The folksy synopsis of Salyer’s career sits uneasily near the end of a book whose early chapters include an astounding revelation. On Oct. 10, 1933, Clarence Salyer was in a crowd of growers confronting a peaceful picket line, when somebody opened fire on the strikers. Two workers were shot down in cold blood. While there were indictments, nobody was convicted of the crime. But, as Arax and Wartzman discover, Salyer was convinced he had killed somebody. He returned home that day with his gun, which he melted down in the coal forge in back of his house.

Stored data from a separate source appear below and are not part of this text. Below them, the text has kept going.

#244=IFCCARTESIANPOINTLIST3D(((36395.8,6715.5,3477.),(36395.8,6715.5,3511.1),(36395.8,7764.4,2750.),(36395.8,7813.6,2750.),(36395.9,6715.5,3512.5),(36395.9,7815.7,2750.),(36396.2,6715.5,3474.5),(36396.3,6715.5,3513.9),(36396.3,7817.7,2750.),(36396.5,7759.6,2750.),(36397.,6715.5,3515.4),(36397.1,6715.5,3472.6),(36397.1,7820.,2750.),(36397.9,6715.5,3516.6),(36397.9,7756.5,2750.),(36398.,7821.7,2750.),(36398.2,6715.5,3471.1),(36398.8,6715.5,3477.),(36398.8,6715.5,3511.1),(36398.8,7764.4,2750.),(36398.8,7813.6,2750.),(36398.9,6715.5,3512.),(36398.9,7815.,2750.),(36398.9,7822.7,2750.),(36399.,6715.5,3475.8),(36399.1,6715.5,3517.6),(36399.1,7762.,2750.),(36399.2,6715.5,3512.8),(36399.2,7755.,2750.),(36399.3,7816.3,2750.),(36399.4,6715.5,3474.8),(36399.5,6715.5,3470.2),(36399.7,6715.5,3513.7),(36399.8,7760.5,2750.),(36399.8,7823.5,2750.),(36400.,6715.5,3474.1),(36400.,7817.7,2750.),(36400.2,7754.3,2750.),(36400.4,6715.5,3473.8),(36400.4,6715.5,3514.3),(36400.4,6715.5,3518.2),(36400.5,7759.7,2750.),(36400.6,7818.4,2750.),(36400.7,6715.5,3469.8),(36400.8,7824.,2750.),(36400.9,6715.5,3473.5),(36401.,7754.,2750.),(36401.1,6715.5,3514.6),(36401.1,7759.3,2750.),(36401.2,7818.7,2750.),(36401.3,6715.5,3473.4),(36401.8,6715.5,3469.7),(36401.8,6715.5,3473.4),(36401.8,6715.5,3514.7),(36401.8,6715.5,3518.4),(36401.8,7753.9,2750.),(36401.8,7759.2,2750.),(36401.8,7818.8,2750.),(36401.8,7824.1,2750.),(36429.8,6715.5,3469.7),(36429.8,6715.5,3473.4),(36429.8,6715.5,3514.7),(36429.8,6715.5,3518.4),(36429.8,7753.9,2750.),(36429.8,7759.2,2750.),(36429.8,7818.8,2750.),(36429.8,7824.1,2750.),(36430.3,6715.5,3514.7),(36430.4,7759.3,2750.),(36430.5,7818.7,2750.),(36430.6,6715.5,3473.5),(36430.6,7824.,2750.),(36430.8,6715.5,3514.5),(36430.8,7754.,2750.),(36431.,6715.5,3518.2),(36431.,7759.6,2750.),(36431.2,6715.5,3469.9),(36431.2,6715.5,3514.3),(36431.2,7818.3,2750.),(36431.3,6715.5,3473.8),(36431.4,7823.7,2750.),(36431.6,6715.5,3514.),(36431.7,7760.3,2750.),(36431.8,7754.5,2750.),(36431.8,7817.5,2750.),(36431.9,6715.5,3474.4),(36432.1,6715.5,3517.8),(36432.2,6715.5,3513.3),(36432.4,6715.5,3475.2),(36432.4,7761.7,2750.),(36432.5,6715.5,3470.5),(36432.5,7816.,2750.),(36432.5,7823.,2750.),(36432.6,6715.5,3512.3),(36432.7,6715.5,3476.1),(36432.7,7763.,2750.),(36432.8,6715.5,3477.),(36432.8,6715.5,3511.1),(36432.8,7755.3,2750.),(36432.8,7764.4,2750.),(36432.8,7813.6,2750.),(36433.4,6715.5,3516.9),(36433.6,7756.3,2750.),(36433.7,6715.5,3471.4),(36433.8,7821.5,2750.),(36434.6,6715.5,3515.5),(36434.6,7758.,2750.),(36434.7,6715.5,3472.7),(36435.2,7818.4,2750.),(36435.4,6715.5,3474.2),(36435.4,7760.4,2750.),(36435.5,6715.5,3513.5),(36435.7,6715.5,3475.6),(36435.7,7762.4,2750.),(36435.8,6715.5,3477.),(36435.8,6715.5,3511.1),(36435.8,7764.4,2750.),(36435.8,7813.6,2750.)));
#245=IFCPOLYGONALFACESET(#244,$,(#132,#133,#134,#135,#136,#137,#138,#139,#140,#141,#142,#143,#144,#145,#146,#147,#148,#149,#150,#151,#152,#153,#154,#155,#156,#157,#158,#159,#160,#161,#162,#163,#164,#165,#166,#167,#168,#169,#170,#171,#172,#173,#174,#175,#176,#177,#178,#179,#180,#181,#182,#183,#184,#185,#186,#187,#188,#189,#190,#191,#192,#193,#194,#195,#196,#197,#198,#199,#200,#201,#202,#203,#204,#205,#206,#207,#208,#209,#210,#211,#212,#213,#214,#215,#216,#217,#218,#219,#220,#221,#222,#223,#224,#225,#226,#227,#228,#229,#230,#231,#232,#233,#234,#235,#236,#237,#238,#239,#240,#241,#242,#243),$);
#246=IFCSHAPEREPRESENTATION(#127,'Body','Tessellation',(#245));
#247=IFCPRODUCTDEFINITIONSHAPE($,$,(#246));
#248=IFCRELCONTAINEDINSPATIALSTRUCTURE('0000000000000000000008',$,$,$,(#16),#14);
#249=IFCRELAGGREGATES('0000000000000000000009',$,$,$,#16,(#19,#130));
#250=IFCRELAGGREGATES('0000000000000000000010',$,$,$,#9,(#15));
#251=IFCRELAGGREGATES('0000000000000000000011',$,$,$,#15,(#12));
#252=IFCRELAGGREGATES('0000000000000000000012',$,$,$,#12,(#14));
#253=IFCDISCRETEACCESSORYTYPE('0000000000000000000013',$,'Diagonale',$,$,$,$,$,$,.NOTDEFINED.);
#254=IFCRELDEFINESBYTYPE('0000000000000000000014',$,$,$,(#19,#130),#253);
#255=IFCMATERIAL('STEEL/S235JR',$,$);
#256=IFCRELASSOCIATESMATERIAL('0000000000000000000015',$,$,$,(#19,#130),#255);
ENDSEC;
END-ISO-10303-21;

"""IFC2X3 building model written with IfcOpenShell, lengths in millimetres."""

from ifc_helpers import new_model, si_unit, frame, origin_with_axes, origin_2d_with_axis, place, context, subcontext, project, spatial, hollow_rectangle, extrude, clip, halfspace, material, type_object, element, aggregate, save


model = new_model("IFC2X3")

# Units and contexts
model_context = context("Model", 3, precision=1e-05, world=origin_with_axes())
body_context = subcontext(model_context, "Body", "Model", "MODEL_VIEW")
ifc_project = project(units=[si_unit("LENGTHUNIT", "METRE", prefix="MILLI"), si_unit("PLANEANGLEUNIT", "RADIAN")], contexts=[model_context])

Salyer’s escape from possible punishment might be ascribed less to the goodwill of his neighbors than to his wealth and power. His fortune was second only to Jim Boswell’s. He kept a local constable on his payroll. It is to the authors’ credit that they uncover Salyer’s involvement in a long-unsolved murder. But the resort to local color veers toward whitewash when they dismiss Salyer as a “rascal” and his untouchability as “forgiveness.”

By book’s end, though, even the most powerful of California’s growers seems to be on the verge of becoming an anachronism. Competition from Chinese cotton makes Boswell’s fields ever-less economical. Just over the hill, thirsty Los Angeles promises top dollar for Boswell water, which may be their next commodity. A neighboring grower has already foregone cotton to compost sewage for the City of Angels, a service that brings in millions of dollars a year and obviates the need (or ability) to grow any kind of crop at all.

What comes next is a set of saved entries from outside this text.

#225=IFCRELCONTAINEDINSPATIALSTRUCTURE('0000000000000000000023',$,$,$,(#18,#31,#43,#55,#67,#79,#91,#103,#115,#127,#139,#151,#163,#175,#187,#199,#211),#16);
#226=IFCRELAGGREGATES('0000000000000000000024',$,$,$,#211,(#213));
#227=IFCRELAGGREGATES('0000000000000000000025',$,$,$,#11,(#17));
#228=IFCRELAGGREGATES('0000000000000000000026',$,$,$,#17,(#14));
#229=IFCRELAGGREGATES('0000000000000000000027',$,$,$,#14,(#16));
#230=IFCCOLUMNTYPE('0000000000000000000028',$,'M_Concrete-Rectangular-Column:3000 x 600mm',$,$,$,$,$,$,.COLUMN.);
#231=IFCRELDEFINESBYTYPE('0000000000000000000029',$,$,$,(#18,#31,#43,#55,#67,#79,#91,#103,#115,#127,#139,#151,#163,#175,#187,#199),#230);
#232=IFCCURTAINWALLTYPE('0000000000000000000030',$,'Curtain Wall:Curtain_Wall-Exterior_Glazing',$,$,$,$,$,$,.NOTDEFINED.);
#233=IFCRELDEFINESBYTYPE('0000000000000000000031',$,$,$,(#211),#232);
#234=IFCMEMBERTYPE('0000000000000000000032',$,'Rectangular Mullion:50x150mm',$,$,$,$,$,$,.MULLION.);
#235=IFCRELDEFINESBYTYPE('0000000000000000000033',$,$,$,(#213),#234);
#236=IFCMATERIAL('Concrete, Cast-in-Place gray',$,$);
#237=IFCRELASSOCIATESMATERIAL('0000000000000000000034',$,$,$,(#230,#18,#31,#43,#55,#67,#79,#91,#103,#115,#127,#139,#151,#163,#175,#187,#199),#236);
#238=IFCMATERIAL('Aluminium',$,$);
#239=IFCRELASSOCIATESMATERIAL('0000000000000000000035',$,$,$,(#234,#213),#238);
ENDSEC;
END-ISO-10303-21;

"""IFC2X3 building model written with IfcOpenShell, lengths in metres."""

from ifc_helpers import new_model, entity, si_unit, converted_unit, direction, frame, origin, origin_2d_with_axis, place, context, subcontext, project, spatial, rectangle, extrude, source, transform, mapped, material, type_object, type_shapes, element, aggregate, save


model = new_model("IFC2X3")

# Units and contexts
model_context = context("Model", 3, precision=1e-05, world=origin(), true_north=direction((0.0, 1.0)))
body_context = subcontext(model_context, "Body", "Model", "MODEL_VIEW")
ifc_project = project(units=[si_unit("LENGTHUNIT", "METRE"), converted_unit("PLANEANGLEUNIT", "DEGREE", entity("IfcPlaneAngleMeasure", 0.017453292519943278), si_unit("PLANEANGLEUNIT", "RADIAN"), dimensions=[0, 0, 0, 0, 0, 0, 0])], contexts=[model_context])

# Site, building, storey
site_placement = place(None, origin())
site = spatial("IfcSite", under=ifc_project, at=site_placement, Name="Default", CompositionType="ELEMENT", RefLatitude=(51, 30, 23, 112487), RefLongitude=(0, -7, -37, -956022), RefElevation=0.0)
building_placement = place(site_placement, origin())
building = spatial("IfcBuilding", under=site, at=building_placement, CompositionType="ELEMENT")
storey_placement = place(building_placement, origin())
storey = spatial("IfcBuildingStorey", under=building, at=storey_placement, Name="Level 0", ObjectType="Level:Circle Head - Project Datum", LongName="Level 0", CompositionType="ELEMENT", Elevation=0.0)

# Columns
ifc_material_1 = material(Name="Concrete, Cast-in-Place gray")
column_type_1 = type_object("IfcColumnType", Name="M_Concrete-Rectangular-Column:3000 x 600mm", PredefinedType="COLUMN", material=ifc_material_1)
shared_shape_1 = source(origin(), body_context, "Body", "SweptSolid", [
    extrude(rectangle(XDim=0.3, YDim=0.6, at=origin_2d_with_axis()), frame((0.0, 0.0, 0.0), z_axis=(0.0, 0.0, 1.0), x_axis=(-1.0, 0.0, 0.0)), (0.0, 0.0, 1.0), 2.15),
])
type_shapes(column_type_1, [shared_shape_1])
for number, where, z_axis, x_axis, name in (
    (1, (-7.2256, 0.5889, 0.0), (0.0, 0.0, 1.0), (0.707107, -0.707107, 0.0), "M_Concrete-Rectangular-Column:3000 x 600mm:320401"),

This may not be such a bad thing. Arax and Wartzman may want no part of that “angry pack of agrarians,” but by the book’s end they sound a lot like them. Cotton farming has all but destroyed the valley’s great wetlands. The spray of pesticide makes the whole basin smell “like rotten flesh,” and dire residues and runoff cause horrendous mutations in the remnant flocks of egrets, ducks and other waterfowl.

The region’s people have not done well either. Jim Boswell is a philanthropic man who has funded college scholarships, a park and a YMCA in Corcoran. He paid his workers well. And yet, precious little of Boswell Co.’s immense wealth flows downstream. The highly mechanized company produces fewer jobs than ever, and town residents are desperate. In the 1990s they agreed to host a new high-security prison. Nonetheless, their community remains a slough of despond. Unemployment hovers above 15 percent, gangs murder to control the drug trade, and the teen pregnancy rate is higher than Haiti’s. It is a sad contrast to neighboring towns like Kerman and Kingsburg, where a preponderance of smaller farmers have produced a persistent middle class and viable downtowns.

In the end, then, Arax and Wartzman’s careful research and sharp analysis of the local scene correct Boswell’s many distortions. For readers seeking a weave of corporate history, family biography and insight into the devil’s bargain Americans have made with big agriculture, there is no more colorful a tale than “The King of California.”.